# Task description
Your answer must consist of exactly the lines below, starting with the line with "#21=IFCINDEXEDPOLYGONALFACE((2,6,8,4));" and going on through the line with "#11=IFCLOCALPLACEMENT($,#2);", and nothing else.

# Provided entries

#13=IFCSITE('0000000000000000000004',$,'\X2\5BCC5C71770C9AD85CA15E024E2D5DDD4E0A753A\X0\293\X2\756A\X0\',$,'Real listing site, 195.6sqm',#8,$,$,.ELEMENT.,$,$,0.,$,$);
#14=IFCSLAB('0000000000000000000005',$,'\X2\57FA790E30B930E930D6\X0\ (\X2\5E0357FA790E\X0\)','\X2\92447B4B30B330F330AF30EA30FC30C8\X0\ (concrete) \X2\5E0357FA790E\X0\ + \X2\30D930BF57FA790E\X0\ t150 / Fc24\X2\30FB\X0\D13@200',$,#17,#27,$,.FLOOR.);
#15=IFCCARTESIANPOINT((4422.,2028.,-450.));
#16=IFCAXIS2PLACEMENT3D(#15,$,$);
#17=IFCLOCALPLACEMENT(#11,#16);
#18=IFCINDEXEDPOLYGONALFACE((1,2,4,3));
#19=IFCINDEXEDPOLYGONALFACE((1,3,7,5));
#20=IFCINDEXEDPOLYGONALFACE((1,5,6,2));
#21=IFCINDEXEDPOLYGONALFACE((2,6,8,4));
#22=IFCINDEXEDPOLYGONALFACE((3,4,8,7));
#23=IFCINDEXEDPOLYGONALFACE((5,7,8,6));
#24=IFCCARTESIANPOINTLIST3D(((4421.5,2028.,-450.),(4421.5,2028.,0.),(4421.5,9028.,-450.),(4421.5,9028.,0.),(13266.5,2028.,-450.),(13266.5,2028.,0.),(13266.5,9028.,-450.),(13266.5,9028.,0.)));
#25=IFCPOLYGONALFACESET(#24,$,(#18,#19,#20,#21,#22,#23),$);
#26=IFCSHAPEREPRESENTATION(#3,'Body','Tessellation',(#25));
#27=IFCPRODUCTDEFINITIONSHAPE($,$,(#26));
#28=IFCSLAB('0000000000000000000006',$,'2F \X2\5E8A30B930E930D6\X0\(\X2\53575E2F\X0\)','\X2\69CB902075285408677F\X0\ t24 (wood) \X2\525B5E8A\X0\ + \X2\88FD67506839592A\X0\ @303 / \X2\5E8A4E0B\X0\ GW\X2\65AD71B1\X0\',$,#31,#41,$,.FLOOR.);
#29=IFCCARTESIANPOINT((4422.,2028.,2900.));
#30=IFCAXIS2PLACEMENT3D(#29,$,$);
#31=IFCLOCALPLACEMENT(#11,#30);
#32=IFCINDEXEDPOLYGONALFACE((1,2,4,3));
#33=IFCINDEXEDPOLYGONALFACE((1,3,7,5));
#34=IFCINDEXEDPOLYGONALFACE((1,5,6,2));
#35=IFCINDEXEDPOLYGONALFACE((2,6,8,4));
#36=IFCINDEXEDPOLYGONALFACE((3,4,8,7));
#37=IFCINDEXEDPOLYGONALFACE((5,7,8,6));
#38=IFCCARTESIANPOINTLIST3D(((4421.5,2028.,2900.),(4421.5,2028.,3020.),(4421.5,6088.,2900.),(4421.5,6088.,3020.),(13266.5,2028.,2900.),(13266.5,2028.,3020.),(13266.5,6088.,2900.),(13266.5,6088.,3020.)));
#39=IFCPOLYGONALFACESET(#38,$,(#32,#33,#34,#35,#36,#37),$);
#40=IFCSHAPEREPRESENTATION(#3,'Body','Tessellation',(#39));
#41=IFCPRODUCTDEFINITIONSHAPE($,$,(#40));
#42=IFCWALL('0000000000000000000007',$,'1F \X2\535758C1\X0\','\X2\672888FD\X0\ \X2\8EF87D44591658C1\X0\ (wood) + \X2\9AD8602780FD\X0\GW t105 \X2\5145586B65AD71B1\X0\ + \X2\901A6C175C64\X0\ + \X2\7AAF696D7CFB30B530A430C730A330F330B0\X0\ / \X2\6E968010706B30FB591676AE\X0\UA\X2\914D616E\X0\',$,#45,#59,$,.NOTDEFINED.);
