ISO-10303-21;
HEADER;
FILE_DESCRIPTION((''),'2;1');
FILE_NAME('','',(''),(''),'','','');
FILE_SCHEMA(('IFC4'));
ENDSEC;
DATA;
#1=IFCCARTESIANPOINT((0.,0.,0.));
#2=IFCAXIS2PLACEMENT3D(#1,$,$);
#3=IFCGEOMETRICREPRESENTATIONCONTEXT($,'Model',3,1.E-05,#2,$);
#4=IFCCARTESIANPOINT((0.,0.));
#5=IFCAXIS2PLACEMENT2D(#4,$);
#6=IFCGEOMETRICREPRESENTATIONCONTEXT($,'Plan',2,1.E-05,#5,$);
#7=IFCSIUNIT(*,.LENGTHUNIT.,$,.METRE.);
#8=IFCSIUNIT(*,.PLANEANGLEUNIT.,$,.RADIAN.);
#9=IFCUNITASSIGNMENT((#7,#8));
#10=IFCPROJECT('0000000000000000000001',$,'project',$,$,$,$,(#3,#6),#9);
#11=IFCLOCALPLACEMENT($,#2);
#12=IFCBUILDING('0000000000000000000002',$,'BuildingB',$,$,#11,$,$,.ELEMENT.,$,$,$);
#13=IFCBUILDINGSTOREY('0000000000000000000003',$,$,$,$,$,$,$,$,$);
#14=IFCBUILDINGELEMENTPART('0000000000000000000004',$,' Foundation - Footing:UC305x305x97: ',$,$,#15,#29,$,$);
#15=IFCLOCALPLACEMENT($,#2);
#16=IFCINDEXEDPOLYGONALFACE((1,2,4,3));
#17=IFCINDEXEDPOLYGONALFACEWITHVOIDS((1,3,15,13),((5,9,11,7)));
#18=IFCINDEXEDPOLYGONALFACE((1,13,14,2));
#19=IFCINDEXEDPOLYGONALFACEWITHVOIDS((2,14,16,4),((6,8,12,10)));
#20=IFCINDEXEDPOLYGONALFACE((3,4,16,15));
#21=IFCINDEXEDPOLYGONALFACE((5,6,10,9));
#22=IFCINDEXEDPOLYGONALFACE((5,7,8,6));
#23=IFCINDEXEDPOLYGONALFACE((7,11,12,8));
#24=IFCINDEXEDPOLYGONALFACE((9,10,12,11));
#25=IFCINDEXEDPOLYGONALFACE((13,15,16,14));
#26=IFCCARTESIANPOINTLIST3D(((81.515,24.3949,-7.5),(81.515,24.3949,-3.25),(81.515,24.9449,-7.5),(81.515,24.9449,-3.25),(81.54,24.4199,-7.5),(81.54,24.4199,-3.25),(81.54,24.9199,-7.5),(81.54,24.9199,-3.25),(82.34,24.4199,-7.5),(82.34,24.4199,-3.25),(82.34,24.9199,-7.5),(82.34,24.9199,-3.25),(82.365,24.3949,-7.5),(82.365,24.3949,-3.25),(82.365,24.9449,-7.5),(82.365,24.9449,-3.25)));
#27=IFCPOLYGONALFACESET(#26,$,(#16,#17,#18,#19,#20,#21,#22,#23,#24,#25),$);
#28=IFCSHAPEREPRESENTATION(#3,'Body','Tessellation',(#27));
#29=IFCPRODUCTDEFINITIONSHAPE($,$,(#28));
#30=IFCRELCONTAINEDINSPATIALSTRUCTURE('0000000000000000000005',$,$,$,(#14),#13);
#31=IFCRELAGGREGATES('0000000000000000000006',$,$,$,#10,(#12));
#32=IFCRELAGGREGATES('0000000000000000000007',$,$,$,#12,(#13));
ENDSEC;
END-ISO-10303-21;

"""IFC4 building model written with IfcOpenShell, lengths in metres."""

from ifc_helpers import new_model, si_unit, origin, origin_2d, place, context, project, spatial, polyline, outline, extrude, element, save


model = new_model("IFC4")

# Units and contexts
model_context = context("Model", 3, precision=1e-05, world=origin())
plan_context = context("Plan", 2, precision=1e-05, world=origin_2d())
ifc_project = project(units=[si_unit("LENGTHUNIT", "METRE"), si_unit("PLANEANGLEUNIT", "RADIAN")], contexts=[model_context, plan_context])

# Building, storey
building_placement = place(None, origin())
building = spatial("IfcBuilding", under=ifc_project, at=building_placement, Name="BuildingB", CompositionType="ELEMENT")
storey = spatial("IfcBuildingStorey", under=building)

# Building element part, opening
building_element_part_1 = element("IfcBuildingElementPart", 1, inside=storey, Name=" Foundation - Footing:UC305x305x97: ", context=model_context, shape_type="SweptSolid", body=[
    extrude(outline(polyline([(81.515, 24.3949, -7.5), (82.365, 24.3949, -7.5), (82.365, 24.9449, -7.5), (81.515, 24.9449, -7.5), (81.515, 24.3949, -7.5)])), None, (0.0, 0.0, 1.0), 4.25),
])
element("IfcOpeningElement", 2, inside=storey, cuts=building_element_part_1, context=model_context, shape_type="SweptSolid", body=[
    extrude(outline(polyline([(81.54, 24.4199, -7.5), (82.34, 24.4199, -7.5), (82.34, 24.9199, -7.5), (81.54, 24.9199, -7.5), (81.54, 24.4199, -7.5)])), None, (0.0, 0.0, 1.0), 4.25),
])

save(model, "model.ifc")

# Solution to the exercise
#21=IFCINDEXEDPOLYGONALFACE((2,6,8,4));
#22=IFCINDEXEDPOLYGONALFACE((3,4,8,7));
#23=IFCINDEXEDPOLYGONALFACE((5,7,8,6));
#24=IFCCARTESIANPOINTLIST3D(((4421.5,2028.,-450.),(4421.5,2028.,0.),(4421.5,9028.,-450.),(4421.5,9028.,0.),(13266.5,2028.,-450.),(13266.5,2028.,0.),(13266.5,9028.,-450.),(13266.5,9028.,0.)));
#25=IFCPOLYGONALFACESET(#24,$,(#18,#19,#20,#21,#22,#23),$);
#26=IFCSHAPEREPRESENTATION(#3,'Body','Tessellation',(#25));
#27=IFCPRODUCTDEFINITIONSHAPE($,$,(#26));
#28=IFCSLAB('0000000000000000000006',$,'2F \X2\5E8A30B930E930D6\X0\(\X2\53575E2F\X0\)','\X2\69CB902075285408677F\X0\ t24 (wood) \X2\525B5E8A\X0\ + \X2\88FD67506839592A\X0\ @303 / \X2\5E8A4E0B\X0\ GW\X2\65AD71B1\X0\',$,#31,#41,$,.FLOOR.);
#29=IFCCARTESIANPOINT((4422.,2028.,2900.));
#30=IFCAXIS2PLACEMENT3D(#29,$,$);
#31=IFCLOCALPLACEMENT(#11,#30);
#32=IFCINDEXEDPOLYGONALFACE((1,2,4,3));
#33=IFCINDEXEDPOLYGONALFACE((1,3,7,5));
#34=IFCINDEXEDPOLYGONALFACE((1,5,6,2));
#35=IFCINDEXEDPOLYGONALFACE((2,6,8,4));
#36=IFCINDEXEDPOLYGONALFACE((3,4,8,7));
#37=IFCINDEXEDPOLYGONALFACE((5,7,8,6));
#38=IFCCARTESIANPOINTLIST3D(((4421.5,2028.,2900.),(4421.5,2028.,3020.),(4421.5,6088.,2900.),(4421.5,6088.,3020.),(13266.5,2028.,2900.),(13266.5,2028.,3020.),(13266.5,6088.,2900.),(13266.5,6088.,3020.)));
#39=IFCPOLYGONALFACESET(#38,$,(#32,#33,#34,#35,#36,#37),$);
#40=IFCSHAPEREPRESENTATION(#3,'Body','Tessellation',(#39));
#41=IFCPRODUCTDEFINITIONSHAPE($,$,(#40));
#42=IFCWALL('0000000000000000000007',$,'1F \X2\535758C1\X0\','\X2\672888FD\X0\ \X2\8EF87D44591658C1\X0\ (wood) + \X2\9AD8602780FD\X0\GW t105 \X2\5145586B65AD71B1\X0\ + \X2\901A6C175C64\X0\ + \X2\7AAF696D7CFB30B530A430C730A330F330B0\X0\ / \X2\6E968010706B30FB591676AE\X0\UA\X2\914D616E\X0\',$,#45,#59,$,.NOTDEFINED.);
ISO-10303-21;
HEADER;
FILE_DESCRIPTION((''),'2;1');
FILE_NAME('','',(''),(''),'','','');
FILE_SCHEMA(('IFC4'));
ENDSEC;
DATA;
#1=IFCCARTESIANPOINT((0.,0.,0.));
#2=IFCAXIS2PLACEMENT3D(#1,$,$);
#3=IFCGEOMETRICREPRESENTATIONCONTEXT($,'Model',3,1.E-05,#2,$);
#4=IFCCARTESIANPOINT((0.,0.));
#5=IFCAXIS2PLACEMENT2D(#4,$);
#6=IFCGEOMETRICREPRESENTATIONCONTEXT($,'Plan',2,1.E-05,#5,$);
#7=IFCSIUNIT(*,.LENGTHUNIT.,$,.METRE.);
#8=IFCSIUNIT(*,.PLANEANGLEUNIT.,$,.RADIAN.);
#9=IFCUNITASSIGNMENT((#7,#8));
#10=IFCPROJECT('0000000000000000000001',$,'project',$,$,$,$,(#3,#6),#9);
#11=IFCLOCALPLACEMENT($,#2);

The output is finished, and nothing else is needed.